A patient is placed inside a huge magnet to obtain an MRI scan and must remain stationary during the imaging process to avoid blurring the image. To accelerate the speed at which protons realign with the magnetic field, contrast medications may be given intravenously to a patient before or during the MRI. The brighter the image, the faster the protons realign.
What is CT scan?
A computerized tomography scan (CT or CAT scan) creates cross-sectional images of the body using computers and rotating X-ray devices. These images contain more information than standard X-ray images. Soft tissues, blood veins, and bones in various regions of the body can be seen. The head, shoulders, spine, heart, belly, knee, and chest can all be visualized with a CT scan.
A CT scan requires lying down in a tunnel-like machine while the inside spins and takes a succession of X-rays from various angles. These photographs are then transferred to a computer, where they are merged to create images of body slices. They may also be combined to produce a 3-D image of a particular area of the body.
CT scan working principle
A CT scan involves the patient lying on a bed that moves slowly through the gantry as an x-ray tube rotates around them, blasting narrow beams of x-rays through the body. CT scanners use digital x-ray detectors instead of film, which are placed directly opposite the x-ray source. The detectors take up the x-rays as they leave the patient and send them to a computer.

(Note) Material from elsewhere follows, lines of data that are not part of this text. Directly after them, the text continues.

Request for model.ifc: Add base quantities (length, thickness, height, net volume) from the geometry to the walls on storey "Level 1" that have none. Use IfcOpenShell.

First a look at what the model holds.

```python
import ifcopenshell
import ifcopenshell.util.element
import ifcopenshell.util.unit

model = ifcopenshell.open("model.ifc")
print(model.schema)
for unit_type in ("LENGTHUNIT", "AREAUNIT", "VOLUMEUNIT"):
    print(unit_type, ifcopenshell.util.unit.calculate_unit_scale(model, unit_type))
storey = next(s for s in model.by_type("IfcBuildingStorey") if s.Name == "Level 1")
walls = [e for e in ifcopenshell.util.element.get_decomposition(storey) if e.is_a("IfcWall")]
for e in sorted(walls, key=lambda e: e.id()):
    print(e.id(), e.is_a(), e.Name, list(ifcopenshell.util.element.get_psets(e, qtos_only=True)), sep=" | ")
```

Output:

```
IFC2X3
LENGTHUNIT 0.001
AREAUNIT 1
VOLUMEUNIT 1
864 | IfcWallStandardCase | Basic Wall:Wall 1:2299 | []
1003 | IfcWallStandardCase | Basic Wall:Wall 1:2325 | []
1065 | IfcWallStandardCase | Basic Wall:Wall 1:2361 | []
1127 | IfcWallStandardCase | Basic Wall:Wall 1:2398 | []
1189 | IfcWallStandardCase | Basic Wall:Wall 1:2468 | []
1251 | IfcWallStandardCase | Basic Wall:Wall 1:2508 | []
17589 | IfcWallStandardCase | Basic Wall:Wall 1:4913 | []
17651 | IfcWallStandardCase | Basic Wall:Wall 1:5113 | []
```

```python
import ifcopenshell
import ifcopenshell.api.pset
import ifcopenshell.geom
import ifcopenshell.util.element
import ifcopenshell.util.shape
import ifcopenshell.util.unit

model = ifcopenshell.open("model.ifc")
unit_scale = ifcopenshell.util.unit.calculate_unit_scale(model)
volume_scale = ifcopenshell.util.unit.calculate_unit_scale(model, "VOLUMEUNIT")
settings = ifcopenshell.geom.settings()

storey = next(s for s in model.by_type("IfcBuildingStorey") if s.Name == "Level 1")
walls = [e for e in ifcopenshell.util.element.get_decomposition(storey) if e.is_a("IfcWall")]

for e in sorted(walls, key=lambda e: e.id()):
    if ifcopenshell.util.element.get_psets(e, qtos_only=True, should_inherit=False):
        continue
    # Geometry comes back in metres, in the element's own axes.
    shape = ifcopenshell.geom.create_shape(settings, e)
    values = {
        "Length": ifcopenshell.util.shape.get_x(shape.geometry) / unit_scale,
        "Width": ifcopenshell.util.shape.get_y(shape.geometry) / unit_scale,
        "Height": ifcopenshell.util.shape.get_z(shape.geometry) / unit_scale,
        "NetVolume": ifcopenshell.util.shape.get_volume(shape.geometry) / volume_scale,
    }
    qto = ifcopenshell.api.pset.add_qto(model, product=e, name="BaseQuantities")
    ifcopenshell.api.pset.edit_qto(model, qto=qto, properties=values)
    print(e.id(), {k: round(v, 3) for k, v in values.items()})

model.write("model-out.ifc")
```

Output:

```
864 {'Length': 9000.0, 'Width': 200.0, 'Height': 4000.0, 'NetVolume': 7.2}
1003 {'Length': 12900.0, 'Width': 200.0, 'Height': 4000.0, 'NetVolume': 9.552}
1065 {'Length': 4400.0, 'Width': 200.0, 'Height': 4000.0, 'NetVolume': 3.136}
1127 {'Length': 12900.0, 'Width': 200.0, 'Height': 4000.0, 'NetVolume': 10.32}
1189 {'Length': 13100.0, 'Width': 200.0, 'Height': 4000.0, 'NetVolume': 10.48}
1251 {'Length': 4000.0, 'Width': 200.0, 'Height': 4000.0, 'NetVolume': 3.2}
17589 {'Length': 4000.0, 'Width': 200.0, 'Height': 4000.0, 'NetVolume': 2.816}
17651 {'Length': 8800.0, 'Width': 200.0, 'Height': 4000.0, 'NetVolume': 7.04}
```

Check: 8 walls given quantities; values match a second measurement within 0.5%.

As it moves through an arc, a CT scanner emits a series of narrow beams into the human body. An X-ray machine, on the other hand, sends only one radiation beam. Compared to an X-ray image, a CT scan produces a more detailed final image. The X-ray detector in a CT scanner can detect hundreds of different degrees of density. It has the ability to view tissues within a solid organ. This information is sent to a computer, which creates a 3-D cross-sectional image of the bodily component and presents it on the screen.
MRI vs CT scan
Despite the fact that the risks of ionizing radiation are now effectively regulated in most medical settings, an MRI may still be preferred over a CT scan. Without exposing the body to radiation, MRI is frequently used in hospitals and clinics for medical diagnosis, staging, and follow-up of disease. When compared to a CT scan, an MRI may provide different information. MRI scans may be associated with risks and discomfort. MRI scans take longer and are noisier than CT scans and they frequently require the participant to enter a tight and confining tube. Here are some points that will clear that is MRI better or CT scan.
- Usually MRI machines take a lot of time, however CT scans are faster. MRI is used when there is no emergency case to get detailed soft tissues look.
- MRI is much expensive than CT scan.
- CT scan can give you only brief information that is just used to diagnose the soft tissue problems but MRI can provide complete information about the fracture part of body.
- CT scans are quieter and more comfortable than MRI scans.
- CT scans expose patient to radiation while MRI doesn’t.
However, both are safe almost. The basic purpose of both techniques is to get the anatomy’s pictures for diagnosing diseases or other problems.